Most people know intuitively that a hospital has a different function from a shop or a factory. Yet NHS trusts, which used to offer a public service explicitly, are now supposed to be guided by the competitive instinct. Thus disorientated they have claimed ‘commercial sensitivity’ over matters which are the concern of all citizens, they seek to compete with companies which offer only those services which turn a financial profit, and they have appointed executives who behave as if they are running private manufacturing industries. With alarming speed trusts, and their many unhappy workers, have become utterly bewildered.

Under the collaborative instinct a medical innovation made by a researcher working for a trust should be made available to everyone as soon as possible. But the competitive instinct insists that it must be kept secret, at least until it is patented, and that ways must be found to ensure that it first benefits the particular trust. This is a good business strategy, and in its place it is appropriate. But hospitals are the place for compassion and co-operation, not competition.

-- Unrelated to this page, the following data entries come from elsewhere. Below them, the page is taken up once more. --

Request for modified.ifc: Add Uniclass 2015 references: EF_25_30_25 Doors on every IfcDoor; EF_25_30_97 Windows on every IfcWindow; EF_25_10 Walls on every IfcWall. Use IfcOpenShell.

First a look at what the model holds.

```python
import ifcopenshell

model = ifcopenshell.open("modified.ifc")
print(model.schema)
print("classifications:", [c.Name for c in model.by_type("IfcClassification")])
for ifc_class in ("IfcDoor", "IfcRoof", "IfcStair", "IfcWall", "IfcWindow"):
    print(ifc_class, len(model.by_type(ifc_class)))
```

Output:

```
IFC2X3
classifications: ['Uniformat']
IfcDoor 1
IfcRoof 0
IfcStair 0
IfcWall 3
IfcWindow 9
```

```python
import ifcopenshell
import ifcopenshell.api.classification

model = ifcopenshell.open("modified.ifc")

# IFC2X3 requires Source and Edition and has no link from the project to the system.
system = model.create_entity("IfcClassification", Source="NBS", Edition="2015", Name="Uniclass 2015")

codes = {
    "IfcDoor": ("EF_25_30_25", "Doors"),
    "IfcWindow": ("EF_25_30_97", "Windows"),
    "IfcWall": ("EF_25_10", "Walls"),
}
for ifc_class, (code, name) in codes.items():
    products = model.by_type(ifc_class)
    ifcopenshell.api.classification.add_reference(
        model, products=products, classification=system, identification=code, name=name
    )
    print(code, len(products))

model.write("modified_rev.ifc")
```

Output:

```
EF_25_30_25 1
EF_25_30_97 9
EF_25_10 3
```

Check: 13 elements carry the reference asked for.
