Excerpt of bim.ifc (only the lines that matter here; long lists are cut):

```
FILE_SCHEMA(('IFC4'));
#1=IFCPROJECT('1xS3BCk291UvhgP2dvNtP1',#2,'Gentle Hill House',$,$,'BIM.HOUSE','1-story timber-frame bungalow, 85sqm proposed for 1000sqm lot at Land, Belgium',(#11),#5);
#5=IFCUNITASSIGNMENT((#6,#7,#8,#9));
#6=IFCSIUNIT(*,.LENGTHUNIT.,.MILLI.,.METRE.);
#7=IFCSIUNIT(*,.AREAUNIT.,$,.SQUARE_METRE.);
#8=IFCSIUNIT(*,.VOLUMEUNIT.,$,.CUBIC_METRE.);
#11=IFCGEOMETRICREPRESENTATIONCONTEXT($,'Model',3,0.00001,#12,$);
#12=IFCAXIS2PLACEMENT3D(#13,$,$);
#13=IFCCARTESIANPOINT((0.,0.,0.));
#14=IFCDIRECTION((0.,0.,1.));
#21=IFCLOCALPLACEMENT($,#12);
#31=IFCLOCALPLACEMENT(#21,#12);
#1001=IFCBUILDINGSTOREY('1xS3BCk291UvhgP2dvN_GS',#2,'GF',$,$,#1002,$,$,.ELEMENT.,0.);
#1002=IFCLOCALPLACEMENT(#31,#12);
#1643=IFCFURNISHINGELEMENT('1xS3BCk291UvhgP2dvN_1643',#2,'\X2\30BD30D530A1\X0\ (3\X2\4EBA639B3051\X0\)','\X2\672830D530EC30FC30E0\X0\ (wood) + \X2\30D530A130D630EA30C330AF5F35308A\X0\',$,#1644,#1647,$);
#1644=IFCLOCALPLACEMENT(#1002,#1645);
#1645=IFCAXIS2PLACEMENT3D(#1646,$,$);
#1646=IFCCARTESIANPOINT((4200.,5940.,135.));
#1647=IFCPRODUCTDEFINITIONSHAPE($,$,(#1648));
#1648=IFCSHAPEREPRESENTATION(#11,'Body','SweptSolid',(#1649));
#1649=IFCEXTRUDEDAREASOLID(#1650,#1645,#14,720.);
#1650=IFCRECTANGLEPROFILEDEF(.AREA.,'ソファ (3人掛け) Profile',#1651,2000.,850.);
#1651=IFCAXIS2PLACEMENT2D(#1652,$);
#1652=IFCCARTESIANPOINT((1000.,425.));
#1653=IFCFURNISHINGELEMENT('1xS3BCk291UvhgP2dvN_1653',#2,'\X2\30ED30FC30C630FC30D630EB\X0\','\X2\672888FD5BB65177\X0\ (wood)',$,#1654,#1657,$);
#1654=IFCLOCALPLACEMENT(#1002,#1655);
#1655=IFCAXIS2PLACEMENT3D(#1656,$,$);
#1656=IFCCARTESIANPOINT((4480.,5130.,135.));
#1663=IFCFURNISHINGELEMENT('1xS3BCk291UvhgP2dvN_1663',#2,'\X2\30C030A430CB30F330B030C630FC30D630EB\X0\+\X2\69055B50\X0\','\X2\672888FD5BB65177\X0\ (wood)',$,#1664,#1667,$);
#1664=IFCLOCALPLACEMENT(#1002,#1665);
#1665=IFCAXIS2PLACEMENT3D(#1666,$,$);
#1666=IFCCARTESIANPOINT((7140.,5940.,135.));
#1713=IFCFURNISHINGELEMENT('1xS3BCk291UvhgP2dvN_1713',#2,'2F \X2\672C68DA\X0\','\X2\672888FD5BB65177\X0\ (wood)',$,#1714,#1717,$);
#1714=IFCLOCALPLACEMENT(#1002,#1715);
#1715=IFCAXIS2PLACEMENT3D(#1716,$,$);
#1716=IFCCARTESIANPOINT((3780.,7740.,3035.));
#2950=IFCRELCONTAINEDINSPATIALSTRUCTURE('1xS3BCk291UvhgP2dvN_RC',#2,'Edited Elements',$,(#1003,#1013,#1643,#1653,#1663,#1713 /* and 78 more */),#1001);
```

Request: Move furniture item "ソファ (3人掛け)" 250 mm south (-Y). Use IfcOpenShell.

```python
import ifcopenshell
import ifcopenshell.api.geometry
import ifcopenshell.util.placement
import ifcopenshell.util.unit

model = ifcopenshell.open("bim.ifc")
unit_scale = ifcopenshell.util.unit.calculate_unit_scale(model)

item = model.by_guid("1xS3BCk291UvhgP2dvN_1643")
matrix = ifcopenshell.util.placement.get_local_placement(item.ObjectPlacement)
matrix[1, 3] -= 0.25 / unit_scale
ifcopenshell.api.geometry.edit_object_placement(model, product=item, matrix=matrix, is_si=False)

print(ifcopenshell.util.placement.get_local_placement(item.ObjectPlacement).round(3) + 0.0)

model.write("bim_rev.ifc")
```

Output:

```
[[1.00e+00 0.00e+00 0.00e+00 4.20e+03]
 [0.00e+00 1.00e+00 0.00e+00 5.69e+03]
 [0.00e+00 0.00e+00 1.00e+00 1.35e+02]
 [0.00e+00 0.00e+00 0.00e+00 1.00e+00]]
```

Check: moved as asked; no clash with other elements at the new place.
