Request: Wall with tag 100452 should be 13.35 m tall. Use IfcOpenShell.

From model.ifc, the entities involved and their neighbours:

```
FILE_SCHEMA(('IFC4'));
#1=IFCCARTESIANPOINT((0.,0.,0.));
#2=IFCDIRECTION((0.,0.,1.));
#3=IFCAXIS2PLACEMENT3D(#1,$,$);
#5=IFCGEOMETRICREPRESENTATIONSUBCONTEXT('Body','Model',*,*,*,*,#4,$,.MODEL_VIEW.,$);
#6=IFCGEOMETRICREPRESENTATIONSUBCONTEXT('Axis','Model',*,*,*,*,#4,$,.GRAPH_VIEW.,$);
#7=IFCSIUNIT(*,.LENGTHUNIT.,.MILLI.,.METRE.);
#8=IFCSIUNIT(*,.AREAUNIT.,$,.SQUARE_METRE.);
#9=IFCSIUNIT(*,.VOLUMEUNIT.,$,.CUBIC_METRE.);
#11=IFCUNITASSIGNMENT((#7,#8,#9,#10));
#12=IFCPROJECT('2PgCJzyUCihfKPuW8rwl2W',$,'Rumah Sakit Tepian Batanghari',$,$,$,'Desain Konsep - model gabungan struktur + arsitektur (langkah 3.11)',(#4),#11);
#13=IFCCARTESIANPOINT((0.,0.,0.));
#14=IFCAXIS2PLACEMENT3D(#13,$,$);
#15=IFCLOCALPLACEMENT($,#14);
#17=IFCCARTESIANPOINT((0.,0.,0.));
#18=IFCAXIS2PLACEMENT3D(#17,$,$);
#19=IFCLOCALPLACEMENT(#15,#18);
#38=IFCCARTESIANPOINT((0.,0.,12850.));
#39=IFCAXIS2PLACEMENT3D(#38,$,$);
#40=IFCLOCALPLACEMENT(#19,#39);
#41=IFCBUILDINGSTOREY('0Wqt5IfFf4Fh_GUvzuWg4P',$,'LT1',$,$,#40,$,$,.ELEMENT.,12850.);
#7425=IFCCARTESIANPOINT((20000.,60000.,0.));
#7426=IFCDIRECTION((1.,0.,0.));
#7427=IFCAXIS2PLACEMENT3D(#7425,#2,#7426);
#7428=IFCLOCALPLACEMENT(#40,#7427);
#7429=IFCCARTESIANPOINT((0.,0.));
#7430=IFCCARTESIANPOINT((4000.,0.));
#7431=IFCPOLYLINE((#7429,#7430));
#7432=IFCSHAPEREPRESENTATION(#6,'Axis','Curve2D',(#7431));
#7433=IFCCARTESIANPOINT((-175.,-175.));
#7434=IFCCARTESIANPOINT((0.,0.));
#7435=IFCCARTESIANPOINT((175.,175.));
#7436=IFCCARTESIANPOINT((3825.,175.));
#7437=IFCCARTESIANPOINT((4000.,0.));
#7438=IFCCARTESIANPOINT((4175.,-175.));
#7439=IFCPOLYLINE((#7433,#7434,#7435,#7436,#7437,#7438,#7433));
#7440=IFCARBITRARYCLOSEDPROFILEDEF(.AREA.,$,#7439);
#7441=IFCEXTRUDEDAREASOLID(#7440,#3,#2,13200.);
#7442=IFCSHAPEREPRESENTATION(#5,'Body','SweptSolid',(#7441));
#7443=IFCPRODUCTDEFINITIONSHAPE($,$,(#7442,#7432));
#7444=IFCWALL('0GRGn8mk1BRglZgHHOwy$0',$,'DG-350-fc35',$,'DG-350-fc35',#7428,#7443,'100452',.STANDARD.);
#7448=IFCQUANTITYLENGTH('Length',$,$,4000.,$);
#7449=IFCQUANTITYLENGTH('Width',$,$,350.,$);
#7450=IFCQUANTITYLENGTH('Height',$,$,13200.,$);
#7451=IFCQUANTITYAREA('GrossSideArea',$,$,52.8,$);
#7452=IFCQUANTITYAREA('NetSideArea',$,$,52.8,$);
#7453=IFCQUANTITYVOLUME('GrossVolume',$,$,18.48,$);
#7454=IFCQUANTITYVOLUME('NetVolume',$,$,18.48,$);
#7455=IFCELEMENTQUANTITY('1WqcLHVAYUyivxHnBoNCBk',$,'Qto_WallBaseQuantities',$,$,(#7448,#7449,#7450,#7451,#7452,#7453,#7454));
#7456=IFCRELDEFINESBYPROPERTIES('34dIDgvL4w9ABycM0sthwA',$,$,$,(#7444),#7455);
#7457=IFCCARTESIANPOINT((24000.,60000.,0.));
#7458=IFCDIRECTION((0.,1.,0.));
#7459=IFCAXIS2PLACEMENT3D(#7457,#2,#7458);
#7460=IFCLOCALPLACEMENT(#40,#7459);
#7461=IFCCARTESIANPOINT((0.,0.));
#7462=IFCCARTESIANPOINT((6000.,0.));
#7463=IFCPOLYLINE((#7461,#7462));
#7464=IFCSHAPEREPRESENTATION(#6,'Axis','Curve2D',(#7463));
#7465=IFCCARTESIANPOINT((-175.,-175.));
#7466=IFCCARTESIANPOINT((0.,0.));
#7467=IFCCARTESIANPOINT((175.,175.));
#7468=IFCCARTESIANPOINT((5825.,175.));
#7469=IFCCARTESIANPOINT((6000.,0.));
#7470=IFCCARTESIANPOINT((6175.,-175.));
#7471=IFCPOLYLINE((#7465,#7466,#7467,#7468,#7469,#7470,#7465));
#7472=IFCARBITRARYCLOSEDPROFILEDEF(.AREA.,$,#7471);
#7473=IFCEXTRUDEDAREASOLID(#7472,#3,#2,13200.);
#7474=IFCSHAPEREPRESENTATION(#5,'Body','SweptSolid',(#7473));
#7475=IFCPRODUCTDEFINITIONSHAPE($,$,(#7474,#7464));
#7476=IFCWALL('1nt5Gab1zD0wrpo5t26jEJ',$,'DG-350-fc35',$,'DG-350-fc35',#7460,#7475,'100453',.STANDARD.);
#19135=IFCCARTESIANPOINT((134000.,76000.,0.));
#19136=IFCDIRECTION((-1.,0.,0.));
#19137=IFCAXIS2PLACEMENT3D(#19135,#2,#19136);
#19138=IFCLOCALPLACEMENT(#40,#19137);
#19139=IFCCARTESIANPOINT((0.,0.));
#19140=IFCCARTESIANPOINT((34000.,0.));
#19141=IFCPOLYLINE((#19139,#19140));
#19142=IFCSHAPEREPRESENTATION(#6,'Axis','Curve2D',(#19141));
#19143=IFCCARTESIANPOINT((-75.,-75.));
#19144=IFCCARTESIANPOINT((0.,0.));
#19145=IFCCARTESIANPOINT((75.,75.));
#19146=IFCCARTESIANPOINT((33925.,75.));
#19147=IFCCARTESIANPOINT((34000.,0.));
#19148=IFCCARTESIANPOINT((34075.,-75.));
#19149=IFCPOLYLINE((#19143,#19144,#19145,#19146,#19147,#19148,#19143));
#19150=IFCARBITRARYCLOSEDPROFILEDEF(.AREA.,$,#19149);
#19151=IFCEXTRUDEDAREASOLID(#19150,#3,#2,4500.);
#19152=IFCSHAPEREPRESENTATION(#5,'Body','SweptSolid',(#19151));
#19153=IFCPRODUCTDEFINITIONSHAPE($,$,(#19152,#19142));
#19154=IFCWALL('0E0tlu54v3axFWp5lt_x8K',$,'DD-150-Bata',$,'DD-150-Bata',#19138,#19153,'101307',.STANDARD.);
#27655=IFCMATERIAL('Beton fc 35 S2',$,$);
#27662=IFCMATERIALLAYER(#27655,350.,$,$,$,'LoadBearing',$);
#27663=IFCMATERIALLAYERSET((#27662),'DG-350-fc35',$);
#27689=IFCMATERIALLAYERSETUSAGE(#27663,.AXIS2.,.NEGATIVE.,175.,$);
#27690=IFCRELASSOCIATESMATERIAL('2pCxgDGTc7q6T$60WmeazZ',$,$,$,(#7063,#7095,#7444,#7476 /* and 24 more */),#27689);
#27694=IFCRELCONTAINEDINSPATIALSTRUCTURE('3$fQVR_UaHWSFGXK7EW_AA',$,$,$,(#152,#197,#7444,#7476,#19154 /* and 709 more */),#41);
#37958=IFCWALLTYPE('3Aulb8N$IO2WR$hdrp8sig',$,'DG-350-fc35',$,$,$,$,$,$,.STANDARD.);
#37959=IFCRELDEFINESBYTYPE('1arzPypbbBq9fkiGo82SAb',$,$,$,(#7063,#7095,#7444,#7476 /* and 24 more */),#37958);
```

```python
import ifcopenshell
import ifcopenshell.api.pset
import ifcopenshell.geom
import ifcopenshell.util.element
import ifcopenshell.util.representation
import ifcopenshell.util.shape
import ifcopenshell.util.unit

model = ifcopenshell.open("model.ifc")
unit_scale = ifcopenshell.util.unit.calculate_unit_scale(model)
area_scale = ifcopenshell.util.unit.calculate_unit_scale(model, "AREAUNIT")
volume_scale = ifcopenshell.util.unit.calculate_unit_scale(model, "VOLUMEUNIT")
settings = ifcopenshell.geom.settings()


def volume(element):
    """Net volume in cubic metres, openings subtracted."""
    shape = ifcopenshell.geom.create_shape(settings, element)
    return ifcopenshell.util.shape.get_volume(shape.geometry)


wall = model.by_id(7444)
before = volume(wall)

body = ifcopenshell.util.representation.get_representation(wall, "Model", "Body")
solid = body.Items[0]
old_height = solid.Depth
solid.Depth = 13.35 / unit_scale
after = volume(wall)
thickness = 0.35  # wall thickness in metres

# Update the stored height, areas and volumes.
qto = model.by_id(ifcopenshell.util.element.get_pset(wall, "Qto_WallBaseQuantities", should_inherit=False)["id"])
ifcopenshell.api.pset.edit_qto(model, qto=qto, properties={
    "Height": solid.Depth,
    "GrossSideArea": ifcopenshell.util.element.get_pset(wall, "Qto_WallBaseQuantities", "GrossSideArea") * solid.Depth / old_height,
    "NetSideArea": after / thickness / area_scale,
    "GrossVolume": ifcopenshell.util.element.get_pset(wall, "Qto_WallBaseQuantities", "GrossVolume") * solid.Depth / old_height,
    "NetVolume": after / volume_scale,
})

print(f"height {old_height:g} -> {solid.Depth:g}, volume {before:.3f} -> {after:.3f} m3")

model.write("model_updated.ifc")
```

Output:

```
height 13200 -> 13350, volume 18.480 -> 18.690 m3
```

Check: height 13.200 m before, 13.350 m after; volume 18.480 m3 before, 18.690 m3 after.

If we are to become a well-balanced society we must acknowledge that people are paradoxical beings. We must accept the fact that we have conflicting instincts, and try to sort out where these different instincts feel right and work for us. We are much more confused than we care to recognise, but we have the capacity for rational thought and we can, if we want to, again find ways to construct practical environments that are not confusing, and that give us the opportunity to enjoy the fruits of both our instincts.